一之瀬と土門の登場にふたりは慌てて口づけは止めたものの、風丸は力の抜けた花織を支えていなければならなかったから、抱き合ったまま離れることはできなかった。そんなふたりを見て苦笑いをしながら一之瀬が頭を掻く。
「あー……、御取込み中にお邪魔してごめん」
「……っ」
花織が恥ずかしさに顔を真っ赤にして風丸の胸に顔を埋める。一之瀬と土門は何とも言えない表情をして沈黙が気まずかったためか、ふたりに言葉を掛けた。彼らも思いにもよらない出来事に困惑しているようだ。

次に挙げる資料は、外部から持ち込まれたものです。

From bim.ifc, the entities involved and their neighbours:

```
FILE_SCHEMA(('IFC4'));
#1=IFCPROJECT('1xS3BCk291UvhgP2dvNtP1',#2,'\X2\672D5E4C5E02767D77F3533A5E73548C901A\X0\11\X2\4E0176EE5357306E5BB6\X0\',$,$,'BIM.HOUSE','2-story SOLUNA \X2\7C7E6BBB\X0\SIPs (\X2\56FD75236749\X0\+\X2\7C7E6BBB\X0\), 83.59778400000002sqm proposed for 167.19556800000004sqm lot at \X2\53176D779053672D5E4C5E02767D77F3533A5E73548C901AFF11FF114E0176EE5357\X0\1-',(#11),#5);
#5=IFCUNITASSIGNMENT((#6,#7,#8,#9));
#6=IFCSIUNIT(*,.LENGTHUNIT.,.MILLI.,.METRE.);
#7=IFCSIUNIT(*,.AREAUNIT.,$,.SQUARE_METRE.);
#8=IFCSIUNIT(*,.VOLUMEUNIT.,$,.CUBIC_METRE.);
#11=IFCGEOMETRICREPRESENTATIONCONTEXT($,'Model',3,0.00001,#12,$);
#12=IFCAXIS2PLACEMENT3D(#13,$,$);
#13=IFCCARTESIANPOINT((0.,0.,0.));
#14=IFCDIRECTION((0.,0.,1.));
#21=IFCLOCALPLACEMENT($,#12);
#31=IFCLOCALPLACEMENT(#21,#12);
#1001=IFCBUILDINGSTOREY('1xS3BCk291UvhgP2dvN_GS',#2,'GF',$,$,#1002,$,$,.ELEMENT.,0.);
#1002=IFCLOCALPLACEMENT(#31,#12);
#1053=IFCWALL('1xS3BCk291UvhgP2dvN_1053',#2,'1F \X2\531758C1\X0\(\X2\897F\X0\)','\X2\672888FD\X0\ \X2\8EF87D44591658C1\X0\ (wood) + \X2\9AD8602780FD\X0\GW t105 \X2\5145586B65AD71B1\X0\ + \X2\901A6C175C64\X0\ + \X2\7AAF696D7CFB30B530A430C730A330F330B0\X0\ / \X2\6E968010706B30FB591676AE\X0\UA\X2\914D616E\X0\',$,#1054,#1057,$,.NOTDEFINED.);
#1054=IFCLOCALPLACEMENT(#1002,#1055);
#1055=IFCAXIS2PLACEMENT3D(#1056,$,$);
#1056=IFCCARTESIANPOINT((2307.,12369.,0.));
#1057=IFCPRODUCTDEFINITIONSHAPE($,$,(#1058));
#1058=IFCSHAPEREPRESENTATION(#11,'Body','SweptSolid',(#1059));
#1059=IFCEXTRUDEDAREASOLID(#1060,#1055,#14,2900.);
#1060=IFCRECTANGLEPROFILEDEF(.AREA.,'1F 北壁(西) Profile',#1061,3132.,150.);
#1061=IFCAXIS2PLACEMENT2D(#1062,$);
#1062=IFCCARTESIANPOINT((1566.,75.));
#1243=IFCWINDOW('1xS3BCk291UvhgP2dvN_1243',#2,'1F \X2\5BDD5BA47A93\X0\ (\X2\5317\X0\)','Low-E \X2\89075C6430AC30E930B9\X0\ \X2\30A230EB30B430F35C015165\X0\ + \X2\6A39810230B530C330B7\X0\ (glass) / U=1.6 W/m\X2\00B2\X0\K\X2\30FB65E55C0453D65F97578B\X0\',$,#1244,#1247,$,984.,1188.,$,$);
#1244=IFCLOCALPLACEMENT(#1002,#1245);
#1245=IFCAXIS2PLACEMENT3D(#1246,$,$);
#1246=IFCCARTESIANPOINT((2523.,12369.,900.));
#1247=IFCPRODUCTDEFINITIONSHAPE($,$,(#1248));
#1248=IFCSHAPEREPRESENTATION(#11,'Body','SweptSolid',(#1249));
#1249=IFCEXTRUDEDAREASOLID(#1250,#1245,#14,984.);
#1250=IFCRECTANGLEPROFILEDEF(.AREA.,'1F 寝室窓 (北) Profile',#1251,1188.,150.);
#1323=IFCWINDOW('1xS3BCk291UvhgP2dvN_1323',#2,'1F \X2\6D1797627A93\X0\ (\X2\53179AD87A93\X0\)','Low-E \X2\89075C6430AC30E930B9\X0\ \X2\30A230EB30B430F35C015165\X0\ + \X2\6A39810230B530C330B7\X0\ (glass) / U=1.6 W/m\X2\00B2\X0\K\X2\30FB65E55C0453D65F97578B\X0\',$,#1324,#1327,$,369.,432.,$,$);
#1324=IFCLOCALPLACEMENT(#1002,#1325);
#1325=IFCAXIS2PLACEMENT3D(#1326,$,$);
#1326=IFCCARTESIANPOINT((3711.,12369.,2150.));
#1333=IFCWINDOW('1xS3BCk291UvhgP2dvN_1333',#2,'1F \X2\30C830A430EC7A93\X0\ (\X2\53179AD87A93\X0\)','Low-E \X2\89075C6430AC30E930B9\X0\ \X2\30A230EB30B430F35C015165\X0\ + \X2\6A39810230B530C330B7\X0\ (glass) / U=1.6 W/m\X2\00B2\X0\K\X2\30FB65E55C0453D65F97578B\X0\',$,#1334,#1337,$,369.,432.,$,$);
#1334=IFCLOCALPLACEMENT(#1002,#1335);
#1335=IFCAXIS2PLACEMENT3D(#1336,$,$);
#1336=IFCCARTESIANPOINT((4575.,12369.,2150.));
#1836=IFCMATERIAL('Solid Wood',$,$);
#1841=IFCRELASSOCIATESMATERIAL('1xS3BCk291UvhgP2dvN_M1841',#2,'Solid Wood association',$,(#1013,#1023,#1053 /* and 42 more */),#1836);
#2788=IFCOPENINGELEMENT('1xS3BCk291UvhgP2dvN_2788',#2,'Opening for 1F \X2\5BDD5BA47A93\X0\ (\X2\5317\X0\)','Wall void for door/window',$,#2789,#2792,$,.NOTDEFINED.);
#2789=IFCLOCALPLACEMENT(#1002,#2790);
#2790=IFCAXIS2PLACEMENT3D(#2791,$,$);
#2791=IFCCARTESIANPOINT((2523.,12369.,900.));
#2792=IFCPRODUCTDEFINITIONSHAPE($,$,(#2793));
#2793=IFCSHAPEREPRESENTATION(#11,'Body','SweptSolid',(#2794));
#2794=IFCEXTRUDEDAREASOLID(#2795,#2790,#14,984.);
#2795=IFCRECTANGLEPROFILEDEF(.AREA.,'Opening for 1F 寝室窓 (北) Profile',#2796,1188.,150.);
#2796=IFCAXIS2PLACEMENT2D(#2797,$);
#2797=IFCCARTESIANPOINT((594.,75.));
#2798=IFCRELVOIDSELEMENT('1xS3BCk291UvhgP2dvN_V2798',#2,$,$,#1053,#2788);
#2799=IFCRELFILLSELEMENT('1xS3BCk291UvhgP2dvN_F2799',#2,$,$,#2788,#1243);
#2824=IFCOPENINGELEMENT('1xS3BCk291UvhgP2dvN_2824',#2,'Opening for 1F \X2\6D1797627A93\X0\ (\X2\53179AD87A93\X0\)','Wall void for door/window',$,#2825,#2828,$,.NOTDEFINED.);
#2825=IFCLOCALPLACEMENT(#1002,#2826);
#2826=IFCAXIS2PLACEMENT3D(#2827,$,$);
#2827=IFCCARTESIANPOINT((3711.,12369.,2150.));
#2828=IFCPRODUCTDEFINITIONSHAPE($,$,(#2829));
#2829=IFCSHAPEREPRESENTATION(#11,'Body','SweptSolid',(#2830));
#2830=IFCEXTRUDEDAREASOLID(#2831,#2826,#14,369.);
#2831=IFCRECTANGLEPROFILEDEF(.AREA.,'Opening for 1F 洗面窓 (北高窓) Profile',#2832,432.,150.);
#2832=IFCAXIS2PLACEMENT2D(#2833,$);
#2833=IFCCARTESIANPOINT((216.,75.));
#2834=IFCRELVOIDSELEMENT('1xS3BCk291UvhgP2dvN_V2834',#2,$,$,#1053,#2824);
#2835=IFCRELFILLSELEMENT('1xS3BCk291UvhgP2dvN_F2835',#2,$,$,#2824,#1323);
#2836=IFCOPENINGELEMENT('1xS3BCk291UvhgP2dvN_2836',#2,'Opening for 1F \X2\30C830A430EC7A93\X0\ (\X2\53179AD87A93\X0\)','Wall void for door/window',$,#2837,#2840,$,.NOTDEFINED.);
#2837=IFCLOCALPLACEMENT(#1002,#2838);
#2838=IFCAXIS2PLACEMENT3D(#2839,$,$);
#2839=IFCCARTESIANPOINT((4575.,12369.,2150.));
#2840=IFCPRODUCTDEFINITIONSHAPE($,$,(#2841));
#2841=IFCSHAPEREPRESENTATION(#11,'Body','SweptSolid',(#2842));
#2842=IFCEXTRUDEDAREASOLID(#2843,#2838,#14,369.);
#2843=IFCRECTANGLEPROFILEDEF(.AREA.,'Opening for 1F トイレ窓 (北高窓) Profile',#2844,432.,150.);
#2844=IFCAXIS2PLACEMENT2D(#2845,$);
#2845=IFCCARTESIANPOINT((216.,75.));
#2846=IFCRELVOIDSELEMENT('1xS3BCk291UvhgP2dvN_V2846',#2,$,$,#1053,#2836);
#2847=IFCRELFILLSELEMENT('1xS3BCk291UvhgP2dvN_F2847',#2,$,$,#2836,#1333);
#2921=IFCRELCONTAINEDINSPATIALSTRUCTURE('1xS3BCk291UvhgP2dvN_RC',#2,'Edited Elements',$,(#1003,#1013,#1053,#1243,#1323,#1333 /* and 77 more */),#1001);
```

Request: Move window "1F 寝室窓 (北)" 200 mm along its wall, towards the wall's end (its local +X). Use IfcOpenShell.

```python
import ifcopenshell
import ifcopenshell.api.geometry
import ifcopenshell.util.placement

model = ifcopenshell.open("bim.ifc")

window = model.by_guid("1xS3BCk291UvhgP2dvN_1243")
opening = window.FillsVoids[0].RelatingOpeningElement
wall = opening.VoidsElements[0].RelatingBuildingElement

wall_matrix = ifcopenshell.util.placement.get_local_placement(wall.ObjectPlacement)
shift = wall_matrix[:3, 0] * 200.0
before = ifcopenshell.util.placement.get_local_placement(window.ObjectPlacement)[:3, 3].copy()

# The window is not placed relative to its opening, so move both.
for product in (opening, window):
    matrix = ifcopenshell.util.placement.get_local_placement(product.ObjectPlacement)
    matrix[:3, 3] += shift
    ifcopenshell.api.geometry.edit_object_placement(model, product=product, matrix=matrix, is_si=False)

after = ifcopenshell.util.placement.get_local_placement(window.ObjectPlacement)[:3, 3]
print("window moved by", (after - before).round(3) + 0.0)

model.write("bim_rev.ifc")
```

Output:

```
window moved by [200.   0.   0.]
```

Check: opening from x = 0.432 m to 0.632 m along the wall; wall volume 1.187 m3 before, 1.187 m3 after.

「相変わらずお熱いのはいいけど……、もうちょい人目を気にしてくれな?」
「とにかく花織、風丸が見つかったのならよかったよ。俺たちはもうそろそろ帰るから。……ごゆっくり?」
そう言って彼らはそそくさと帰って行った。残されたふたりはまだそこから動くことができなかった。花織は恥ずかしさに風丸の胸から顔を上げることができなかったし、風丸は妙な感覚が彼の中にこみ上げるのを感じていた。
花織は自分のものであると知らしめられた優越感。花織と距離の近い彼らに今の一連を見られてしまったことに気恥ずかしさも勿論あるが、今はそれが勝っていた。
スピードも花織も自分の手中に収めていたいと思った。たとえどんな手を使ったとしても。